_PROMPT_:
Wherever the string "involved" shows up in the data below, copy the whole line.

_EXERCISE DATA_:
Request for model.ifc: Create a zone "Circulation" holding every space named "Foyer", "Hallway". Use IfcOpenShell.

First a look at what the model holds.

```python
import ifcopenshell

model = ifcopenshell.open("model.ifc")
print(model.schema)
seen = {}
for space in model.by_type("IfcSpace"):
    seen[space.LongName] = seen.get(space.LongName, 0) + 1
for name, count in sorted(seen.items(), key=str):
    print(count, "x", name)
print("zones:", [z.Name for z in model.by_type("IfcZone")][:20])
```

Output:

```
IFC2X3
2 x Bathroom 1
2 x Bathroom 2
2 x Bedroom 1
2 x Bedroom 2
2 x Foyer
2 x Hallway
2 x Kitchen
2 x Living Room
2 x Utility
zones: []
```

```python
import ifcopenshell
import ifcopenshell.api.group
import ifcopenshell.api.root

model = ifcopenshell.open("model.ifc")

names = {"Foyer", "Hallway"}
spaces = [s for s in model.by_type("IfcSpace") if s.LongName in names]

zone = ifcopenshell.api.root.create_entity(model, ifc_class="IfcZone", name="Circulation")
ifcopenshell.api.group.assign_group(model, products=spaces, group=zone)
print(len(spaces), "spaces in", zone.Name)

model.write("model_updated.ifc")
```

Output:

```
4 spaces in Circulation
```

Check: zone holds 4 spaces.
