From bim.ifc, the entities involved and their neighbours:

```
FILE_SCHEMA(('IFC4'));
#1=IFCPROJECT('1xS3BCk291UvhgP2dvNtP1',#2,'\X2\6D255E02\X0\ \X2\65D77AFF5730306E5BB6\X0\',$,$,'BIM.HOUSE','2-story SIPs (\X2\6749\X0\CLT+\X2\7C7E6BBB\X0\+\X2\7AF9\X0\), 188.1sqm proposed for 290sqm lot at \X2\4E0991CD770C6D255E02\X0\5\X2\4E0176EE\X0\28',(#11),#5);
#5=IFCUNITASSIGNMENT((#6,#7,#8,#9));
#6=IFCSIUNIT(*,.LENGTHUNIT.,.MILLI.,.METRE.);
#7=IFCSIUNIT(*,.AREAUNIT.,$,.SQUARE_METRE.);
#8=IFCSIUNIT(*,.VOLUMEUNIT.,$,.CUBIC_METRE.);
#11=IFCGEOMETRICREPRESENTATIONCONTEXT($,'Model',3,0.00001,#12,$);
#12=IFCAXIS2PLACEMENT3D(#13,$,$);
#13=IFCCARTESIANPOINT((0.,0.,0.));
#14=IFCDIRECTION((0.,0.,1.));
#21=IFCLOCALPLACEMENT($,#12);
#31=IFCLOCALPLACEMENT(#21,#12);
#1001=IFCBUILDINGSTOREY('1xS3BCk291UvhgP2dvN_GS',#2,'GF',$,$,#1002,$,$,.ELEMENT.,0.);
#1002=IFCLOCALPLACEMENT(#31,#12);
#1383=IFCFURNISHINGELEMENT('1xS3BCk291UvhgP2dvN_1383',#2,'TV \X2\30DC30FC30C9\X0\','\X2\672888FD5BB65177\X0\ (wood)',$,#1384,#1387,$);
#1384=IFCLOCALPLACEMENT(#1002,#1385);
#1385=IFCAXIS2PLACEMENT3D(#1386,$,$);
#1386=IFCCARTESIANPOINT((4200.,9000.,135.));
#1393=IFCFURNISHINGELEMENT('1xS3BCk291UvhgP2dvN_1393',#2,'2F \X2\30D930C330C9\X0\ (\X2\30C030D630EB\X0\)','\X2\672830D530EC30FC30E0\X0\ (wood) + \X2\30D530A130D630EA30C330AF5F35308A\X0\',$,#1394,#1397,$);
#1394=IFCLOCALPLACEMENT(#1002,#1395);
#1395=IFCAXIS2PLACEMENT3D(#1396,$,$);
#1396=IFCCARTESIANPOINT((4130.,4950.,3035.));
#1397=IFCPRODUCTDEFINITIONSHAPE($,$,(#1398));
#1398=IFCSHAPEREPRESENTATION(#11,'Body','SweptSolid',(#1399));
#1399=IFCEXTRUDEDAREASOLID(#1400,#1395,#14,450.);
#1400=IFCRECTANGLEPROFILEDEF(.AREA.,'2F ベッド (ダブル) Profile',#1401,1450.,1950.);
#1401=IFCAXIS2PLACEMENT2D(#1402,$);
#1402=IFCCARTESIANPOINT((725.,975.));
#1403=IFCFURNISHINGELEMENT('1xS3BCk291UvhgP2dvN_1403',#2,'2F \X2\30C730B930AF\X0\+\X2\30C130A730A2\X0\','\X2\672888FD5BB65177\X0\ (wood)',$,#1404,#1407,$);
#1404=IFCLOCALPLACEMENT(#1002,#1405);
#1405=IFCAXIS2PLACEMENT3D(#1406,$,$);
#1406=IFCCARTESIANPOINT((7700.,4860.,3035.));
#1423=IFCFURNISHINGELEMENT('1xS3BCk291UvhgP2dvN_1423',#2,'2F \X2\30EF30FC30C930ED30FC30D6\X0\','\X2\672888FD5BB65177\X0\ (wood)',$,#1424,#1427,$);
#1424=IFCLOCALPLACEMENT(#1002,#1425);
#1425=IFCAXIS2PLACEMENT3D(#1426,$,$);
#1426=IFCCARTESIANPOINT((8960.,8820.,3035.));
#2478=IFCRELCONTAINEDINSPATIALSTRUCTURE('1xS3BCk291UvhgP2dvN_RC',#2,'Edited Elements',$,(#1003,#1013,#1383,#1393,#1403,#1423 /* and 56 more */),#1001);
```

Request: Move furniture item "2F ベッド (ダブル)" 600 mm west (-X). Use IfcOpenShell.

```python
import ifcopenshell
import ifcopenshell.api.geometry
import ifcopenshell.util.placement

model = ifcopenshell.open("bim.ifc")

item = model.by_guid("1xS3BCk291UvhgP2dvN_1393")
matrix = ifcopenshell.util.placement.get_local_placement(item.ObjectPlacement)
matrix[0, 3] -= 600.0
ifcopenshell.api.geometry.edit_object_placement(model, product=item, matrix=matrix, is_si=False)

print(ifcopenshell.util.placement.get_local_placement(item.ObjectPlacement).round(3) + 0.0)

model.write("bim_updated.ifc")
```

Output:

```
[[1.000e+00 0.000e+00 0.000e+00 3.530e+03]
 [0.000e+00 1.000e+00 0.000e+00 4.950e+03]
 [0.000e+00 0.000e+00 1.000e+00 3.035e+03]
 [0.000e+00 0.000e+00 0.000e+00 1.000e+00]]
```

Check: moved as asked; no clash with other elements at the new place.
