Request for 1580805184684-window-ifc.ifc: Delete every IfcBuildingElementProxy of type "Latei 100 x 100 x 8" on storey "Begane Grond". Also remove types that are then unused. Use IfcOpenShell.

First a look at what the model holds.

```python
import ifcopenshell
import ifcopenshell.util.element

model = ifcopenshell.open("1580805184684-window-ifc.ifc")
print(model.schema)
storey = next(s for s in model.by_type("IfcBuildingStorey") if s.Name == "Begane Grond")
proxies = [e for e in ifcopenshell.util.element.get_decomposition(storey) if e.is_a("IfcBuildingElementProxy")]
seen = {}
for e in proxies:
    element_type = ifcopenshell.util.element.get_type(e)
    name = element_type.Name if element_type not in (None, e) else None
    seen[name] = seen.get(name, 0) + 1
for name, count in sorted(seen.items(), key=str):
    print(count, "x", name)
```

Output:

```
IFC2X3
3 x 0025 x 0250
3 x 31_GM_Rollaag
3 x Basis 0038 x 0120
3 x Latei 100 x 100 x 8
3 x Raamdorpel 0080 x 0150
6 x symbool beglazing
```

```python
import ifcopenshell
import ifcopenshell.api.root
import ifcopenshell.util.element

model = ifcopenshell.open("1580805184684-window-ifc.ifc")

storey = next(s for s in model.by_type("IfcBuildingStorey") if s.Name == "Begane Grond")
proxies = [e for e in ifcopenshell.util.element.get_decomposition(storey) if e.is_a("IfcBuildingElementProxy")]
targets = [e for e in proxies if (t := ifcopenshell.util.element.get_type(e)) not in (None, e) and t.Name == "Latei 100 x 100 x 8"]
types = {ifcopenshell.util.element.get_type(e) for e in targets} - {None, *targets}

for e in targets:
    ifcopenshell.api.root.remove_product(model, product=e)
print(len(targets), "removed")

unused = [t for t in types if not ifcopenshell.util.element.get_types(t)]
for t in unused:
    ifcopenshell.api.root.remove_product(model, product=t)
print(len(unused), "unused types removed")

model.write("1580805184684-window-ifc_edited.ifc")
```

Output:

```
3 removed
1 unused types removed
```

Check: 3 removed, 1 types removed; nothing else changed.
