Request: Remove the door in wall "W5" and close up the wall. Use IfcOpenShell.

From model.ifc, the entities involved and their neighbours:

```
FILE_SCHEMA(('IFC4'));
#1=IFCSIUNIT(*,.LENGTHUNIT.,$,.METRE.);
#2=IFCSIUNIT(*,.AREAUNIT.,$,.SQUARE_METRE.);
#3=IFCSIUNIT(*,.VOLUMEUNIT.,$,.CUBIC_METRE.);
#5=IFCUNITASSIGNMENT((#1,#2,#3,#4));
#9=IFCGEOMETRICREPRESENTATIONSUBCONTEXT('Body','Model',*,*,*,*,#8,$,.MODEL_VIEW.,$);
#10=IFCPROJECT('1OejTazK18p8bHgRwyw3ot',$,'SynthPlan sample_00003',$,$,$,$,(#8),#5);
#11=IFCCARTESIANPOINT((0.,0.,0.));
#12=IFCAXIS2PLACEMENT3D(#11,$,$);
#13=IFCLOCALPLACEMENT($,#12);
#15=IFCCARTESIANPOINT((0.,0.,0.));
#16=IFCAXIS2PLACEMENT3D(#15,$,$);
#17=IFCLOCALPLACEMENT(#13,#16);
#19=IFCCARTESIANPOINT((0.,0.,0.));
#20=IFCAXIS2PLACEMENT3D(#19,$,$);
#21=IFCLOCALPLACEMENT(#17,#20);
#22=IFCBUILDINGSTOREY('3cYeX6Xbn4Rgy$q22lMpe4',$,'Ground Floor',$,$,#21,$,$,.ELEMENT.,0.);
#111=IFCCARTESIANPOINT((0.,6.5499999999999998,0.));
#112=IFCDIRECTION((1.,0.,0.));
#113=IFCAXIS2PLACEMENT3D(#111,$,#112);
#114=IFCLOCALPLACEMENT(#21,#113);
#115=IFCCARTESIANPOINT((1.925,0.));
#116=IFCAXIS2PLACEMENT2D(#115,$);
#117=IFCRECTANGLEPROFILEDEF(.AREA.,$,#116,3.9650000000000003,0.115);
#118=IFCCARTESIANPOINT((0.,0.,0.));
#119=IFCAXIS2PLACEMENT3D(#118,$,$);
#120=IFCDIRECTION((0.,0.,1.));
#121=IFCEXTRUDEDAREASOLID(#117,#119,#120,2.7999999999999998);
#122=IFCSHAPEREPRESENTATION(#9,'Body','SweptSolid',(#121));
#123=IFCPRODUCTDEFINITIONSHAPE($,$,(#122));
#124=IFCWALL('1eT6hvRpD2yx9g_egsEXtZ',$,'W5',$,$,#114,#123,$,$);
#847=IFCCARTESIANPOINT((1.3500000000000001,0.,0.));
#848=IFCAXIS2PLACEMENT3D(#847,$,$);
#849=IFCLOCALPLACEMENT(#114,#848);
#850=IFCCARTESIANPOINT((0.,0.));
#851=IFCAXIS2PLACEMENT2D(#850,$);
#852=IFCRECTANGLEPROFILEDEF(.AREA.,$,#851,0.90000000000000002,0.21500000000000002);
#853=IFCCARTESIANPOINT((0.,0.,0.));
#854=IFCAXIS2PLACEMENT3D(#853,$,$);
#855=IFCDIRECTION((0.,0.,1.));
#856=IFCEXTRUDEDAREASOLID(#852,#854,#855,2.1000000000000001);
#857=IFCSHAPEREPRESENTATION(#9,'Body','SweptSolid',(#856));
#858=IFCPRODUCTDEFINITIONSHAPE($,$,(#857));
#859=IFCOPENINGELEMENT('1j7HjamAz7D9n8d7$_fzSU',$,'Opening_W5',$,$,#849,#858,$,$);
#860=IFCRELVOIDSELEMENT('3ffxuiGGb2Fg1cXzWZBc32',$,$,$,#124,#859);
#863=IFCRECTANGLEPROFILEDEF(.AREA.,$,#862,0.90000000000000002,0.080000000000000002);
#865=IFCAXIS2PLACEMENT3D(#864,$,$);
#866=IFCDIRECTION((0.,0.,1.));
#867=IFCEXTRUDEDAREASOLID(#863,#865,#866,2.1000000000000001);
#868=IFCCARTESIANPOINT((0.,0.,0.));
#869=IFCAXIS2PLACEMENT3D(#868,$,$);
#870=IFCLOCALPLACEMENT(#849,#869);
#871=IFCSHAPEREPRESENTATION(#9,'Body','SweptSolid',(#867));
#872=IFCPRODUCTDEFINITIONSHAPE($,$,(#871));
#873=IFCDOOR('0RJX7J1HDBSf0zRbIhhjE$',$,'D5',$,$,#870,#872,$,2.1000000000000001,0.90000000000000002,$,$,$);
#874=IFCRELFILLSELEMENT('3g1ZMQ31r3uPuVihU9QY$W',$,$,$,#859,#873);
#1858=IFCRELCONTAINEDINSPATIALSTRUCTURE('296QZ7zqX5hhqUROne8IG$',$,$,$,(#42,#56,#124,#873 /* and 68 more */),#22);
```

```python
import ifcopenshell
import ifcopenshell.api.feature
import ifcopenshell.api.root
import ifcopenshell.geom
import ifcopenshell.util.shape

model = ifcopenshell.open("model.ifc")
settings = ifcopenshell.geom.settings()


def volume(element):
    """Net volume in cubic metres, openings subtracted."""
    shape = ifcopenshell.geom.create_shape(settings, element)
    return ifcopenshell.util.shape.get_volume(shape.geometry)


door = model.by_guid("0RJX7J1HDBSf0zRbIhhjE$")
opening = door.FillsVoids[0].RelatingOpeningElement
wall = opening.VoidsElements[0].RelatingBuildingElement
before = volume(wall)

ifcopenshell.api.root.remove_product(model, product=door)
ifcopenshell.api.feature.remove_feature(model, feature=opening)

after = volume(wall)

print(f"wall volume {before:.3f} -> {after:.3f} m3")

model.write("model_updated.ifc")
```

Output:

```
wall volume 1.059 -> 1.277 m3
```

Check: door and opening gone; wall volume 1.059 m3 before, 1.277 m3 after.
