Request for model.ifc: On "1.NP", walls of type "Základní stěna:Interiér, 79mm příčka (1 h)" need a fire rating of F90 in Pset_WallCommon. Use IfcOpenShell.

First a look at what the model holds.

```python
import ifcopenshell
import ifcopenshell.util.element

model = ifcopenshell.open("model.ifc")
print(model.schema)
storey = next(s for s in model.by_type("IfcBuildingStorey") if s.Name == "1.NP")
walls = [e for e in ifcopenshell.util.element.get_decomposition(storey) if e.is_a("IfcWall")]
seen = {}
for e in walls:
    element_type = ifcopenshell.util.element.get_type(e)
    key = (element_type.Name if element_type != e and element_type else None, ifcopenshell.util.element.get_pset(e, "Pset_WallCommon", "FireRating"))
    seen[key] = seen.get(key, 0) + 1
for (name, value), count in sorted(seen.items(), key=str):
    print(count, "x", name, "|", value)
```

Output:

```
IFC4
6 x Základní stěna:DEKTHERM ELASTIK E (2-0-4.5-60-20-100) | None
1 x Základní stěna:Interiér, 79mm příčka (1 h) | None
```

```python
import ifcopenshell
import ifcopenshell.api.pset
import ifcopenshell.util.element

model = ifcopenshell.open("model.ifc")

storey = next(s for s in model.by_type("IfcBuildingStorey") if s.Name == "1.NP")
walls = [e for e in ifcopenshell.util.element.get_decomposition(storey) if e.is_a("IfcWall")]

count = 0
for e in walls:
    element_type = ifcopenshell.util.element.get_type(e)
    if element_type in (None, e) or element_type.Name != "Základní stěna:Interiér, 79mm příčka (1 h)":
        continue
    # add_pset returns the element's existing set when there is one.
    pset = ifcopenshell.api.pset.add_pset(model, product=e, name="Pset_WallCommon")
    ifcopenshell.api.pset.edit_pset(model, pset=pset, properties={"FireRating": "F90"})
    count += 1

print(count, "walls updated")

model.write("model_rev.ifc")
```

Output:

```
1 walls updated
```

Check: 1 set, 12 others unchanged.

_RESULT OF THE EXERCISE_:
From bim.ifc, the entities involved and their neighbours:
From model.ifc, the entities involved and their neighbours:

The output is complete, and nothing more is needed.